In lung, pancreatic, and colon cancers, for example, they found a slow TCA flux and ATP production cycle in “primary” solid tumors, i.e. tumors that had not yet begun spreading.

They also found that metastatic cancer made and used more energy than primary tumors and did so on a level comparable with healthy tissues.

The findings led researchers to conclude that cancer cells shed energetically expensive tissue-specific functions to reserve energy for tumor growth. They also found that metastatic cancer made and used more energy than primary tumors, on a level comparable to some healthy tissues.

This is the first-time tumor energy production has been quantified in vivo and as part of a comparative study.

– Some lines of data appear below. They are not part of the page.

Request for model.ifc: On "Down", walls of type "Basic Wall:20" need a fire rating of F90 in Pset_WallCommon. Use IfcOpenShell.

First a look at what the model holds.

```python
import ifcopenshell
import ifcopenshell.util.element

model = ifcopenshell.open("model.ifc")
print(model.schema)
storey = next(s for s in model.by_type("IfcBuildingStorey") if s.Name == "Down")
walls = [e for e in ifcopenshell.util.element.get_decomposition(storey) if e.is_a("IfcWall")]
seen = {}
for e in walls:
    element_type = ifcopenshell.util.element.get_type(e)
    key = (element_type.Name if element_type != e and element_type else None, ifcopenshell.util.element.get_pset(e, "Pset_WallCommon", "FireRating"))
    seen[key] = seen.get(key, 0) + 1
for (name, value), count in sorted(seen.items(), key=str):
    print(count, "x", name, "|", value)
```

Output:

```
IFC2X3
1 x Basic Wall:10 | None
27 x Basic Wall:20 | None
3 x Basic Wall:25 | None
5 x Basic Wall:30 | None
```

```python
import ifcopenshell
import ifcopenshell.api.pset
import ifcopenshell.util.element

model = ifcopenshell.open("model.ifc")

storey = next(s for s in model.by_type("IfcBuildingStorey") if s.Name == "Down")
walls = [e for e in ifcopenshell.util.element.get_decomposition(storey) if e.is_a("IfcWall")]

count = 0
for e in walls:
    element_type = ifcopenshell.util.element.get_type(e)
    if element_type in (None, e) or element_type.Name != "Basic Wall:20":
        continue
    # add_pset returns the element's existing set when there is one.
    pset = ifcopenshell.api.pset.add_pset(model, product=e, name="Pset_WallCommon")
    ifcopenshell.api.pset.edit_pset(model, pset=pset, properties={"FireRating": "F90"})
    count += 1

print(count, "walls updated")

model.write("model_updated.ifc")
```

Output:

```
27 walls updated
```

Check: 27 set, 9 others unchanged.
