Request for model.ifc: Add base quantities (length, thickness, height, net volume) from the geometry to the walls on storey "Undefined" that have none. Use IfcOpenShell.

First a look at what the model holds.

```python
import ifcopenshell
import ifcopenshell.util.element
import ifcopenshell.util.unit

model = ifcopenshell.open("model.ifc")
print(model.schema)
for unit_type in ("LENGTHUNIT", "AREAUNIT", "VOLUMEUNIT"):
    print(unit_type, ifcopenshell.util.unit.calculate_unit_scale(model, unit_type))
storey = next(s for s in model.by_type("IfcBuildingStorey") if s.Name == "Undefined")
walls = [e for e in ifcopenshell.util.element.get_decomposition(storey) if e.is_a("IfcWall")]
for e in sorted(walls, key=lambda e: e.id()):
    print(e.id(), e.is_a(), e.Name, list(ifcopenshell.util.element.get_psets(e, qtos_only=True)), sep=" | ")
```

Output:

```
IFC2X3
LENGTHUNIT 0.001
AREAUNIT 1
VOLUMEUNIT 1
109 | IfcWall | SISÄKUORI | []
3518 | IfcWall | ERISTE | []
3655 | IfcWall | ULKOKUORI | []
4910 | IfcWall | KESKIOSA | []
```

```python
import ifcopenshell
import ifcopenshell.api.pset
import ifcopenshell.geom
import ifcopenshell.util.element
import ifcopenshell.util.shape
import ifcopenshell.util.unit

model = ifcopenshell.open("model.ifc")
unit_scale = ifcopenshell.util.unit.calculate_unit_scale(model)
volume_scale = ifcopenshell.util.unit.calculate_unit_scale(model, "VOLUMEUNIT")
settings = ifcopenshell.geom.settings()

storey = next(s for s in model.by_type("IfcBuildingStorey") if s.Name == "Undefined")
walls = [e for e in ifcopenshell.util.element.get_decomposition(storey) if e.is_a("IfcWall")]

for e in sorted(walls, key=lambda e: e.id()):
    if ifcopenshell.util.element.get_psets(e, qtos_only=True, should_inherit=False):
        continue
    # Geometry comes back in metres, in the element's own axes.
    shape = ifcopenshell.geom.create_shape(settings, e)
    values = {
        "Length": ifcopenshell.util.shape.get_x(shape.geometry) / unit_scale,
        "Width": ifcopenshell.util.shape.get_y(shape.geometry) / unit_scale,
        "Height": ifcopenshell.util.shape.get_z(shape.geometry) / unit_scale,
        "NetVolume": ifcopenshell.util.shape.get_volume(shape.geometry) / volume_scale,
    }
    qto = ifcopenshell.api.pset.add_qto(model, product=e, name="BaseQuantities")
    ifcopenshell.api.pset.edit_qto(model, qto=qto, properties=values)
    print(e.id(), {k: round(v, 3) for k, v in values.items()})

model.write("model-out.ifc")
```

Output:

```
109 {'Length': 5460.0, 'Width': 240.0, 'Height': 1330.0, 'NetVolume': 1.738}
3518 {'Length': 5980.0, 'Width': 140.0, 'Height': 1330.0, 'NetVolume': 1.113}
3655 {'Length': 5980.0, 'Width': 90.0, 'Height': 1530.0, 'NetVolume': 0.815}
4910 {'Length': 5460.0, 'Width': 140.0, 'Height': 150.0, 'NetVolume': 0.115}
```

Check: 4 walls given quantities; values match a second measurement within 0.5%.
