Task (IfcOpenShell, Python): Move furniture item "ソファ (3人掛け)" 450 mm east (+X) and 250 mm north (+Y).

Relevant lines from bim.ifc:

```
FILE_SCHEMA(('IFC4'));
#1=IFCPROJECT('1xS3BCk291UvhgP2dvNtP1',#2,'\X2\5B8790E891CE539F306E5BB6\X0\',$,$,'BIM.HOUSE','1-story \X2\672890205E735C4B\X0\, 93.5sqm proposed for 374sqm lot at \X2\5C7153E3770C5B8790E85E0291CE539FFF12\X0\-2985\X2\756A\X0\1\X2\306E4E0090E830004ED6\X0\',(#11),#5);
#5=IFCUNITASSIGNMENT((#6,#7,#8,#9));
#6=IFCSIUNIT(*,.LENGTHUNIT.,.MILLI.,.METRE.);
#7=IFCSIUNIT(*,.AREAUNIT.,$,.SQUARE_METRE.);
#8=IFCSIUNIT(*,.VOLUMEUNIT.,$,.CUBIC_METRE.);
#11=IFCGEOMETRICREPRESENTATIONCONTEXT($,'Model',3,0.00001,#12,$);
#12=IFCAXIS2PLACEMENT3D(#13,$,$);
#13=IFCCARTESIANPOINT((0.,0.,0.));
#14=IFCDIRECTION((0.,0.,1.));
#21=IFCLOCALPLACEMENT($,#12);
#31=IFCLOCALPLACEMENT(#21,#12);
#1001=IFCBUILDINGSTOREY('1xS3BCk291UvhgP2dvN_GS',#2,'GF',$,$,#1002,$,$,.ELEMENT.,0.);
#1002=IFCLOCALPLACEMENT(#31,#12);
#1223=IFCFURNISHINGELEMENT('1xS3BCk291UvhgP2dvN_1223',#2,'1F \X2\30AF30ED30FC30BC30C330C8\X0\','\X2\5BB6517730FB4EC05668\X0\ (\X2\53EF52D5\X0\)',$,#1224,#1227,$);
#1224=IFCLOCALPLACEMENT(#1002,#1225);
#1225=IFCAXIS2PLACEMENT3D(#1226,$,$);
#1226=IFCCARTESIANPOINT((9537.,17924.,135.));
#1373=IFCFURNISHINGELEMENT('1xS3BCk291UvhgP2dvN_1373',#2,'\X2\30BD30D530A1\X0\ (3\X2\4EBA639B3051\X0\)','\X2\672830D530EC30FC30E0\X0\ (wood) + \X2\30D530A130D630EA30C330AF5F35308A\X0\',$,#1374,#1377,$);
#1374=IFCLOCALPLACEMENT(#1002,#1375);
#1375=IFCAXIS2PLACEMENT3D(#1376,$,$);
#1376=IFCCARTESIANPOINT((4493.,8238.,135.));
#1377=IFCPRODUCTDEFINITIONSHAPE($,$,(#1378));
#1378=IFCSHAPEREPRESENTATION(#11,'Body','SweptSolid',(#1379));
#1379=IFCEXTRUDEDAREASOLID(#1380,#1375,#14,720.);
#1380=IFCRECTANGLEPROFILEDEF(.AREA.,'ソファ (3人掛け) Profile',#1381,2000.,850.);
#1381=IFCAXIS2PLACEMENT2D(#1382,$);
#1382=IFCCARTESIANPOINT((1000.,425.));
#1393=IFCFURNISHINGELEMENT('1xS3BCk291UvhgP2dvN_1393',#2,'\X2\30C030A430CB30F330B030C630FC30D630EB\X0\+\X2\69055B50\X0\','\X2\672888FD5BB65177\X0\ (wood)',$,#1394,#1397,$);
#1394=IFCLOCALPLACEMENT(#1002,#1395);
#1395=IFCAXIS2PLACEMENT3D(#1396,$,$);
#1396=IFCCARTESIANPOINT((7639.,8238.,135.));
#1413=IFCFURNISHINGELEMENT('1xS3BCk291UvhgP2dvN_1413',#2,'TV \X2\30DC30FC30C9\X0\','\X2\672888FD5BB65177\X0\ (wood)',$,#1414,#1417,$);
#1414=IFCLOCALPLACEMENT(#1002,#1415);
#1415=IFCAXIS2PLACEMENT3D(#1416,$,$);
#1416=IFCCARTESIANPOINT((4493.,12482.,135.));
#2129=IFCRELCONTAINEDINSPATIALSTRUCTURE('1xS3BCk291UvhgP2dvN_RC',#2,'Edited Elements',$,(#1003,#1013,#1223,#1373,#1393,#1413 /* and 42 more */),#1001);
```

```python
import ifcopenshell
import ifcopenshell.api.geometry
import ifcopenshell.util.placement

model = ifcopenshell.open("bim.ifc")

item = model.by_id(1373)
matrix = ifcopenshell.util.placement.get_local_placement(item.ObjectPlacement)
matrix[0, 3] += 450.0
matrix[1, 3] += 250.0
ifcopenshell.api.geometry.edit_object_placement(model, product=item, matrix=matrix, is_si=False)

print(ifcopenshell.util.placement.get_local_placement(item.ObjectPlacement).round(3) + 0.0)

model.write("bim_updated.ifc")
```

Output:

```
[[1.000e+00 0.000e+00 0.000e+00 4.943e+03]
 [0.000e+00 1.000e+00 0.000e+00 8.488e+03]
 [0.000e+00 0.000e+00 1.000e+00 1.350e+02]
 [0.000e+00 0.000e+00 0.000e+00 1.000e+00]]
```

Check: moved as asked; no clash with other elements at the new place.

Some of the methods researchers are using now have been tapped before, said Bartman. The pathway of the TCA cycle, for example, was discovered some 80 years ago. But technological advances and better spectrometry are providing startling new findings.

“I think it’s an exciting time for this field,” said Bartman, “because, with the advances of the past 50 years, it’s a really fruitful time to go back and revisit all these old concepts and use them to better understand disease and cancer now.”

Slow TCA flux and ATP production in primary solid tumours but not metastases,” was published in Nature on Feb. 1, 2023. 

The authors acknowledge funding support from the NIH; Ludwig Cancer Research; Stand Up to Cancer; the American Cancer Society; the Leukemia and Lymphoma Society Scholar Award; the Allen Foundation; the Damon Runyon Foundation/Mark Foundation Postdoctoral Fellowship; the New Jersey Commission on Cancer Research; the Charles H. Revson Senior Fellowship in Biomedical Science; and the New Jersey Commission on Cancer Research.